C.0. Absent or not recognized.
Cyclothem B  
B.9-B.8. Absent or not recognized.
B.7. May be represented in top of "middle" limestone by zone of abundant molluscan fossils.
B.6. Absent or not recognized.
*B.5. Limestone, dark-blue, dense, a single massive bed with vertical joints, contains fusulinids and molluscoids except commonly in thin zones at top and bottom ("middle" limestone).
B.4. Absent or not recognized.
B.3. May be represented at base of "middle" limestone by zone of molluscan fossils.
B.2. Shale, marine, generally molluscan fossils.
B.1. Shale, nonmarine, in most cases not definitely recognized, coaly streak may be present.
B.0. Sandstone or red shale.
Cyclothem A  
*A.9-A.8. Shale, generally unfossiliferous.
*A.7. Limestone, oolitic or granular, molluscan fauna, locally 3 or 4 feet thick.
A.6. Shale, generally not differentiated.
*A.5. Limestone, blue-gray weathers brown, ferruginous, impure, massive or uneven thick beds, contains fusulinids and molluscoids ("lower" limestone) .
A.4. Generally absent or not recognized.
A.3. May be represented at base of "lower" limestone by zone of molluscan fossils.
*A.2. Shale, marine, generally molluscan fossils.
A.1. c. Coal, thin or absent.
A.1. b. Underclay, generally recognized where coal is present.
*A.1. a. Shale, sandy, plant fossils.
*A.0. Sandstone, nonmarine, locally contains plant fragments, may be conglomeratic at base.
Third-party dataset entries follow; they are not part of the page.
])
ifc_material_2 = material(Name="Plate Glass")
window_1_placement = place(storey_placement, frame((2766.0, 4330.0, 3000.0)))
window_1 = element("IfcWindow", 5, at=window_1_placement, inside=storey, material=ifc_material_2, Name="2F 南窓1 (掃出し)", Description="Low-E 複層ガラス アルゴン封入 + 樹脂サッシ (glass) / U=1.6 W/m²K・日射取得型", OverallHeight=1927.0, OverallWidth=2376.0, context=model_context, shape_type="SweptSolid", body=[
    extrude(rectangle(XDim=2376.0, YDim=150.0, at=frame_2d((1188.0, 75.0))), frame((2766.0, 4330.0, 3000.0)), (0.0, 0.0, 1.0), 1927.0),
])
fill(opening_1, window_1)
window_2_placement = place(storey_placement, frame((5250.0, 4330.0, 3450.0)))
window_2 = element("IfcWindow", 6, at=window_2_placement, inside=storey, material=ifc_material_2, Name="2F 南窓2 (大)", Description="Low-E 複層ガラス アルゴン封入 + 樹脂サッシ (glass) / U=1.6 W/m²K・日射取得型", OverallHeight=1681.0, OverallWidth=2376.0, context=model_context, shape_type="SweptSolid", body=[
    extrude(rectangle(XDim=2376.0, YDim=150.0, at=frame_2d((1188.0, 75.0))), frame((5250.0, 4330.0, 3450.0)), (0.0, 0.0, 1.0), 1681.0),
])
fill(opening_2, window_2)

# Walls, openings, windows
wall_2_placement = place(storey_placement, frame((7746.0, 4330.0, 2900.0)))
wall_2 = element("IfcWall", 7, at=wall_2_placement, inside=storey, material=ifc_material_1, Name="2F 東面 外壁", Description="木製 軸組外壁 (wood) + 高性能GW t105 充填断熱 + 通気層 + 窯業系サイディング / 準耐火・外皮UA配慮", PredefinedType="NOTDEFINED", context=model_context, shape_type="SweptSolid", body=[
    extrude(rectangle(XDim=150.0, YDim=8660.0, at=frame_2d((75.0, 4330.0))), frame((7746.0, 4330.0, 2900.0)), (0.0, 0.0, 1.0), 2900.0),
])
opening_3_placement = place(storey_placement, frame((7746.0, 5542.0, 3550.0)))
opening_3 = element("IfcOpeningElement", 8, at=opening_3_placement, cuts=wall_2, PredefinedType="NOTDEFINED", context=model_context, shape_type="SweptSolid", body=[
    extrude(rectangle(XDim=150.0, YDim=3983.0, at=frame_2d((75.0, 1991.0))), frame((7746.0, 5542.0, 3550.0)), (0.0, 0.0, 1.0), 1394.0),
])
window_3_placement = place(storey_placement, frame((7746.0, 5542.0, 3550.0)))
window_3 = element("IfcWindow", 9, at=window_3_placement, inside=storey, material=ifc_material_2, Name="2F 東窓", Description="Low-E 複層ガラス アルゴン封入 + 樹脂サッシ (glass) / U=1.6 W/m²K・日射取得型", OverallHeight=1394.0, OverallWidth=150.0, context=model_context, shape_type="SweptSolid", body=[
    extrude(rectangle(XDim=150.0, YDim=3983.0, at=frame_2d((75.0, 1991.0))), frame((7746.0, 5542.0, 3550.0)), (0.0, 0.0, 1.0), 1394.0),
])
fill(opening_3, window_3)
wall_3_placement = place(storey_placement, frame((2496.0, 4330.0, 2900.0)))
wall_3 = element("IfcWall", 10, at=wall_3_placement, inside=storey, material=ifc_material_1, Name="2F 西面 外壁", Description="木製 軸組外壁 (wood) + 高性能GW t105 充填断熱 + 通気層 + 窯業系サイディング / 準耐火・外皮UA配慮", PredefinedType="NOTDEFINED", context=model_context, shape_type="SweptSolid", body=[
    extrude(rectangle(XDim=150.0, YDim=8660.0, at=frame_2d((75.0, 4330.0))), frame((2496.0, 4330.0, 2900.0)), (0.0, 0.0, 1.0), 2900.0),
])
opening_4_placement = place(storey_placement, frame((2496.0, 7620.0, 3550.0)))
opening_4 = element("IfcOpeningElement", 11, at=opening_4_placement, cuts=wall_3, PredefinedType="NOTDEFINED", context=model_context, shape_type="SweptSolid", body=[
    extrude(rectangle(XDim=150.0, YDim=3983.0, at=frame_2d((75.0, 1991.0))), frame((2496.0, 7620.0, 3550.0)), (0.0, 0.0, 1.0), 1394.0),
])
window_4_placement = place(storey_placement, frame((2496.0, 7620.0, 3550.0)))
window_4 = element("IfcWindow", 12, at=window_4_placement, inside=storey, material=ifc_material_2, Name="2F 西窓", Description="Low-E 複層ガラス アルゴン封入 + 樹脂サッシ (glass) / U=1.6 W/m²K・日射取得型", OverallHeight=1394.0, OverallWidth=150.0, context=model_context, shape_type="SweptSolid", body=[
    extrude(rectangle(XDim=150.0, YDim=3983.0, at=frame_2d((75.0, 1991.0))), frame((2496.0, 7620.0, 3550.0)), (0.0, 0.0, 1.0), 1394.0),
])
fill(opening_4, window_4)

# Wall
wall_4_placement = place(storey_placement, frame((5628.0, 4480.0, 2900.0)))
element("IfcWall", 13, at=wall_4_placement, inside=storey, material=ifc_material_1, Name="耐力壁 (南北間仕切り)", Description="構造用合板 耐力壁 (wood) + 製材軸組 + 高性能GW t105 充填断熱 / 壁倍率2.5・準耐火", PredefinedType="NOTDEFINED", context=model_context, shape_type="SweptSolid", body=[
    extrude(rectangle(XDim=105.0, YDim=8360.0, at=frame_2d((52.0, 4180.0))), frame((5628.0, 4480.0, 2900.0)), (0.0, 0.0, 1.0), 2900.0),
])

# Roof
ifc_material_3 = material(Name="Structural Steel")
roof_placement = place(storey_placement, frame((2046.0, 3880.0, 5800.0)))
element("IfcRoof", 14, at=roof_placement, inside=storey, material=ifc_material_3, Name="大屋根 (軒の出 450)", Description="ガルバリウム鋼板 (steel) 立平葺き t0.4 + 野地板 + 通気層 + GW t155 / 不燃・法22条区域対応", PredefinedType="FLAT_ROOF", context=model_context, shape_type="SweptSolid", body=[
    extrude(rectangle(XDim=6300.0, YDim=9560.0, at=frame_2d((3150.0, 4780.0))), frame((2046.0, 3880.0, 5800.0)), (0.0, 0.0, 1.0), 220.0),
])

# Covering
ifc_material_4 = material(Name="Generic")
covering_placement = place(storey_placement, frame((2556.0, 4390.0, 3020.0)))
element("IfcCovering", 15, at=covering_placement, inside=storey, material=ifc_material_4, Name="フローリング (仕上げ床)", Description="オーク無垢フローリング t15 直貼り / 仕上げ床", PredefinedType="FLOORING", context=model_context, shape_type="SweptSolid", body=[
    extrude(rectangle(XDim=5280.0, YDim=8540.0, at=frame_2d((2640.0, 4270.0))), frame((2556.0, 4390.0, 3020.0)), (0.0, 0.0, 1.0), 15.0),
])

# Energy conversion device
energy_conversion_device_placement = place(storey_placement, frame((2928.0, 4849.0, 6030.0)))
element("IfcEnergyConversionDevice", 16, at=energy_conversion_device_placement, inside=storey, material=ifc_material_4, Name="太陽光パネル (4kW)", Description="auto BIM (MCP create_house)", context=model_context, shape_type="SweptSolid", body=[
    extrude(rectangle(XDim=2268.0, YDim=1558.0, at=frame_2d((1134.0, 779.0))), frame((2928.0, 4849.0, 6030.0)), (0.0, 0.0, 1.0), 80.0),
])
Figure 3--Diagram showing typical megacyclothem of the Shawnee group.

Diagram showing typical megacyclothem of the Shawnee group.
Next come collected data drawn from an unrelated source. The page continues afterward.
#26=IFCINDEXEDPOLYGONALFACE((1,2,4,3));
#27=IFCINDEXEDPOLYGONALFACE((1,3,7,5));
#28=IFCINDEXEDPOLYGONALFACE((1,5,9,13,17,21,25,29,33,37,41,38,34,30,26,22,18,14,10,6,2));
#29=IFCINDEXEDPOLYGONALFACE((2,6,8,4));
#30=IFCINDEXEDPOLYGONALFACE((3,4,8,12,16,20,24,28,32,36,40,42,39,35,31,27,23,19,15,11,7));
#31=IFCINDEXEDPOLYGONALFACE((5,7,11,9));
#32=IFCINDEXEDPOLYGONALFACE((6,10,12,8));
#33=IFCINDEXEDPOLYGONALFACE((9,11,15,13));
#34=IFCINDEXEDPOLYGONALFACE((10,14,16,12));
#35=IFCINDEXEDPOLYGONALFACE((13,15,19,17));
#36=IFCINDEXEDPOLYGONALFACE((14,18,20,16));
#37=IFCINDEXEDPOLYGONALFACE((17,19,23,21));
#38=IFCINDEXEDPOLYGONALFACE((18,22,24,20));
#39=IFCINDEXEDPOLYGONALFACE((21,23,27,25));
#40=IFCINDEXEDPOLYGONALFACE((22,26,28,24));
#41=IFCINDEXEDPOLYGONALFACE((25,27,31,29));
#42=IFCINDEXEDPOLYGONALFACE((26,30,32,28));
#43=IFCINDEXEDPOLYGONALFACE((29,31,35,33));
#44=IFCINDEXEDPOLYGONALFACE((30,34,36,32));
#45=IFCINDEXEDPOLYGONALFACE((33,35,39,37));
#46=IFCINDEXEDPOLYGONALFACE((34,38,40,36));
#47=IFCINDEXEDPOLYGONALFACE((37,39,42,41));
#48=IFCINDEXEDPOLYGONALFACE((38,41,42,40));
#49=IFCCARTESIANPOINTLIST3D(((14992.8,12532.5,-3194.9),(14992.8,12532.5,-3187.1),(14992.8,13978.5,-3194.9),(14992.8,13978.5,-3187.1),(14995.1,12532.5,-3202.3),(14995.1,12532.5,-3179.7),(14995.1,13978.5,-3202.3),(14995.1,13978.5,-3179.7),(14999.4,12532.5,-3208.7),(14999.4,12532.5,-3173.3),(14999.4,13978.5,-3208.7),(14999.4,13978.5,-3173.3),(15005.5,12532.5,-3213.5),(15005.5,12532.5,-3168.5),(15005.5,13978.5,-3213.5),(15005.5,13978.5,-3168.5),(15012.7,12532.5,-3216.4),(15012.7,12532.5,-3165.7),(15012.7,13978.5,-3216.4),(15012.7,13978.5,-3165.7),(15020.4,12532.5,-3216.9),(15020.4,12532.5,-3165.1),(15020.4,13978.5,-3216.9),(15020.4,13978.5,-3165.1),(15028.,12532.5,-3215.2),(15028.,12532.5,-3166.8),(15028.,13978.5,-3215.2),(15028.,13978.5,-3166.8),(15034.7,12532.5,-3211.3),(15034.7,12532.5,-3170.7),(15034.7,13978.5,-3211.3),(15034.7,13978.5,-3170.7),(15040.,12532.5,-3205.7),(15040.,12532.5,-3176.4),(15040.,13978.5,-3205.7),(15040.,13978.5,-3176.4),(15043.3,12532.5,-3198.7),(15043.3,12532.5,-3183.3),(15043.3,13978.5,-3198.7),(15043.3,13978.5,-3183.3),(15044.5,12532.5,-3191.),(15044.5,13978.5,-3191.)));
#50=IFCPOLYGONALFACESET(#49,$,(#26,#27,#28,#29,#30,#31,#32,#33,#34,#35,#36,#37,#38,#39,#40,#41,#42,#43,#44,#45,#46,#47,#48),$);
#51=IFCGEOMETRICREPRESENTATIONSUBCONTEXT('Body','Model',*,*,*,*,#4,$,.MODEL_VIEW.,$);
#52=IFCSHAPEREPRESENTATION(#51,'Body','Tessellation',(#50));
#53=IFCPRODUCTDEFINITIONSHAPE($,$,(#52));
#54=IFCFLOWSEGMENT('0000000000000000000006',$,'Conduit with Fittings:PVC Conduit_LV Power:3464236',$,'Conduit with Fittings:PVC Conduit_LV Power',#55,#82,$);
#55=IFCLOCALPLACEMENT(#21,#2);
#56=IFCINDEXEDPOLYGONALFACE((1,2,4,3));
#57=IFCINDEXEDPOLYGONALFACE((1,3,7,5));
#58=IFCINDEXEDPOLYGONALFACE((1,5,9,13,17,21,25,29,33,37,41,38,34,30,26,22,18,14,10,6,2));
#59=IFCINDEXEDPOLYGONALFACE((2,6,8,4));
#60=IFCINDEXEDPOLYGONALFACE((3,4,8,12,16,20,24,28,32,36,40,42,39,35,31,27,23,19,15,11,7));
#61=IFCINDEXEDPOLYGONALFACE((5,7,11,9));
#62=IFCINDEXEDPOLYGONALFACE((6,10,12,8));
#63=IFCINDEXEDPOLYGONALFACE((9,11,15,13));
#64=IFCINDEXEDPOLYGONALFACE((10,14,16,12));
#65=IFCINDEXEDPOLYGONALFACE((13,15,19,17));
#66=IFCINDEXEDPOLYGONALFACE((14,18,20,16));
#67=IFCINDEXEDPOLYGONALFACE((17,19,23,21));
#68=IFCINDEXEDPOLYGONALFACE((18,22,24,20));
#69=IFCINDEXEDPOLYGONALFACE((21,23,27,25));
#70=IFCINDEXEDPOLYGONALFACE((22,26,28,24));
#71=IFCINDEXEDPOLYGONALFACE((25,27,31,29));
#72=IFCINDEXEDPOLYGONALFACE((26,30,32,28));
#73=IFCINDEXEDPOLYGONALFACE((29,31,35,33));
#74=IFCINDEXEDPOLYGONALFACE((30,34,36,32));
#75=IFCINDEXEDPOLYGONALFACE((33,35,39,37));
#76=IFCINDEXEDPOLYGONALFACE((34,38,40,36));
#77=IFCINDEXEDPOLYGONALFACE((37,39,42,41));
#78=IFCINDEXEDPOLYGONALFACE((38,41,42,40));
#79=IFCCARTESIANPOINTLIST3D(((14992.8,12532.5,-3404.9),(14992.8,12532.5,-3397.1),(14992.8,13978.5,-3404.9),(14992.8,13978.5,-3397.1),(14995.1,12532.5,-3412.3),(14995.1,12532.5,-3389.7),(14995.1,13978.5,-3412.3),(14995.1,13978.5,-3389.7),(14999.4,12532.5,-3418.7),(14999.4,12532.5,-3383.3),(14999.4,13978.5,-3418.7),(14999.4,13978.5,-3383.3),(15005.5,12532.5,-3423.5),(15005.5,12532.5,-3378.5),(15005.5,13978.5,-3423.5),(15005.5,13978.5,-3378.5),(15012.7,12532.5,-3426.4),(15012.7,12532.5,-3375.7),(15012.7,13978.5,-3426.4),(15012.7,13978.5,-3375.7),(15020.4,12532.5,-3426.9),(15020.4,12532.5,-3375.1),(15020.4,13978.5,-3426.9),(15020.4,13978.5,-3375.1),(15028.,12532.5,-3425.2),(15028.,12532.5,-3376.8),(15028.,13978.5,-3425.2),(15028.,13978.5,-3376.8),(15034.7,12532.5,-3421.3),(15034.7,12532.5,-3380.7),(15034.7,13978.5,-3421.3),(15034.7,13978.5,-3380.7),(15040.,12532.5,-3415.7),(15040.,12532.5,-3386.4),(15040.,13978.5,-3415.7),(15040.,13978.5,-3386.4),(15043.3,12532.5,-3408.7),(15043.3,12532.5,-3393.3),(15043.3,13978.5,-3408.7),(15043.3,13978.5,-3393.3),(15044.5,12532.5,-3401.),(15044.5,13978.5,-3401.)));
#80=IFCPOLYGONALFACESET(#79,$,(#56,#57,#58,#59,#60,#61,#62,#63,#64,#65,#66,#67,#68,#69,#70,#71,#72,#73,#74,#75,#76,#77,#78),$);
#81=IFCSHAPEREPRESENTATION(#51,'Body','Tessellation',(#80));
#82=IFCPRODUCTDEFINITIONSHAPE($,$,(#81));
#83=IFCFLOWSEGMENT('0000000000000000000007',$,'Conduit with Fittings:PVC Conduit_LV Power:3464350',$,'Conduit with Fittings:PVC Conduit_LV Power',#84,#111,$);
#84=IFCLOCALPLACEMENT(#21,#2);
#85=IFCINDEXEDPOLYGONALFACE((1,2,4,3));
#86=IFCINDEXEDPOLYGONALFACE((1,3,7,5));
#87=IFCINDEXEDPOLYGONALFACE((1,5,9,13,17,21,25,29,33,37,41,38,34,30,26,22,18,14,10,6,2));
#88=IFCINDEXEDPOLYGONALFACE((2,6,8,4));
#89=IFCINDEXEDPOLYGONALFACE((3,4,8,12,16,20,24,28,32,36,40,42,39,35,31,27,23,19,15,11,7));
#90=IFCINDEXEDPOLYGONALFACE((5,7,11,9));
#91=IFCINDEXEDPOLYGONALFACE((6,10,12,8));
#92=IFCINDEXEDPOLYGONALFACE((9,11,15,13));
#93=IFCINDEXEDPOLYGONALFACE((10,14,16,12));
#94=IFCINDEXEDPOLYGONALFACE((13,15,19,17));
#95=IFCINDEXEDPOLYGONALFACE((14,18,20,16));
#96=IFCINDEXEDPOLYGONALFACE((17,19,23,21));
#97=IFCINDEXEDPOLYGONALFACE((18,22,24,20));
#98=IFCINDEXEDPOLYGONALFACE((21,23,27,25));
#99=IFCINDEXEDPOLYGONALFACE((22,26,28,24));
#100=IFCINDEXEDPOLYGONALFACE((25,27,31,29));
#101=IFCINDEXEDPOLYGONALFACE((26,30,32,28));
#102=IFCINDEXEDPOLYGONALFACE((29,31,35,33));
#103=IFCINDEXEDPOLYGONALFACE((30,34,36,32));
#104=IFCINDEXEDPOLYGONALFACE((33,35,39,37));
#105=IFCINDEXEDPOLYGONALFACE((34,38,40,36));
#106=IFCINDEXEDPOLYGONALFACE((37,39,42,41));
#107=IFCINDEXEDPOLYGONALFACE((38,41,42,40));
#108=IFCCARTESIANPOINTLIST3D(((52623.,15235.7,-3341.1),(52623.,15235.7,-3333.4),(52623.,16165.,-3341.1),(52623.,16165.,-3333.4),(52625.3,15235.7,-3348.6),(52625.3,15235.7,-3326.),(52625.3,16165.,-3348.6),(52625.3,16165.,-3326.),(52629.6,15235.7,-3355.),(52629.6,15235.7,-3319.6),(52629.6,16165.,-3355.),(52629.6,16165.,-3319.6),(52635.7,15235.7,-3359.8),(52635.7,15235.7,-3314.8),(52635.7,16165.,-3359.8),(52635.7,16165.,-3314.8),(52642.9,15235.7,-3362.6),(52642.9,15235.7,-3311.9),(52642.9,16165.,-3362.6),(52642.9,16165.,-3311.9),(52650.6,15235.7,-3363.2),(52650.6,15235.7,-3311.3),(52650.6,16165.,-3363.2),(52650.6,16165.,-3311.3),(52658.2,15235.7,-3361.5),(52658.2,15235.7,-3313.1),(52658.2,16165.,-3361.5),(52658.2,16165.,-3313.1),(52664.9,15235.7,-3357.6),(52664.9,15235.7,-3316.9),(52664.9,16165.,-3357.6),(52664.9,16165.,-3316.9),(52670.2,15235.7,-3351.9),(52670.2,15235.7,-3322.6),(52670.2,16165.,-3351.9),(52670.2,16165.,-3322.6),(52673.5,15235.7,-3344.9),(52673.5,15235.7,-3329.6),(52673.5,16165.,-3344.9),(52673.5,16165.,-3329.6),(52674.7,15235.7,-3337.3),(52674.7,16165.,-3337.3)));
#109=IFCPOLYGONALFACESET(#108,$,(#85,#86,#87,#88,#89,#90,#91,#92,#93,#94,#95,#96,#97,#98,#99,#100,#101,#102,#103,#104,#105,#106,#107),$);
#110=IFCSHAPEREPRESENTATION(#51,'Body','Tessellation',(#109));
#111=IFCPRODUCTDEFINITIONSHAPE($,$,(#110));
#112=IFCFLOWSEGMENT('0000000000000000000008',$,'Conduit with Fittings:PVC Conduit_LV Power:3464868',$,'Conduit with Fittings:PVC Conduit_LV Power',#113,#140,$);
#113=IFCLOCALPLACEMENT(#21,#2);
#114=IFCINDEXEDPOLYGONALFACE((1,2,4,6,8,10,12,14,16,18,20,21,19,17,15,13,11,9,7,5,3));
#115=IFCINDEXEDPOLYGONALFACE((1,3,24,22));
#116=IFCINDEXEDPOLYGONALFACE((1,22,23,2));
Careful analysis of this succession of units leads to the conclusion that we are dealing here not with a single unbroken rhythm in types of sedimentation, marked by the uniform direction of changes in what might be termed respectively transgressive and regressive hemicycles, but there is indication rather of oscillations that are superposed on a large cyclic movement. The actuality of existence of the lesser rhythms is marked by the repetition in varying degrees of distinctness and prominence of elements that are restricted to a single part of the ideal simple cyclothem. For example, it may be noted that oolitic limestone with a strongly molluscan fauna is a typical near-end member of the receding phase of the simple cyclothem (fig. 3). The occurrence of such rock (A.7) between the "lower" (A.5) and "middle" (B.5) limestones, both of which contain: fusulinids, is expectable on the hypothesis of a group of related cyclothems, but is seemingly inexplicable otherwise. The same may be said of other members. The coal A.1e is definitely recognized in many places and occurs in its proper relationships as compared to the ideal simple cyclothem. The carbonaceous or coaly streak in B.1 fits properly in the cyclothem that contains the "middle" limestone (B.5) as its central member, but is anomalous otherwise. It is nevertheless true that in different parts of the megacyclothem certain members of the supposed simple cyclothems are characteristically suppressed and it is also true that certain members are strongly developed in a particular supposed simple cyclothem but little developed or absent in others. These facts, in conjunction with the difference in physical characters that distinguish the fusulinid-bearing members and their repetition in constant order, give definite basis for the grouping designated as a mega cyclothem. Indeed, the cyclic character of the larger rhythm is much more evident and striking than that of the indicated lesser rhythm. The arrangement of megacyclothem members in five cyclothems, as shown in the second table, is tentatively accepted as more completely and naturally representing essential relationships than a grouping in two very unequal cyclothems, as indicated in the first table.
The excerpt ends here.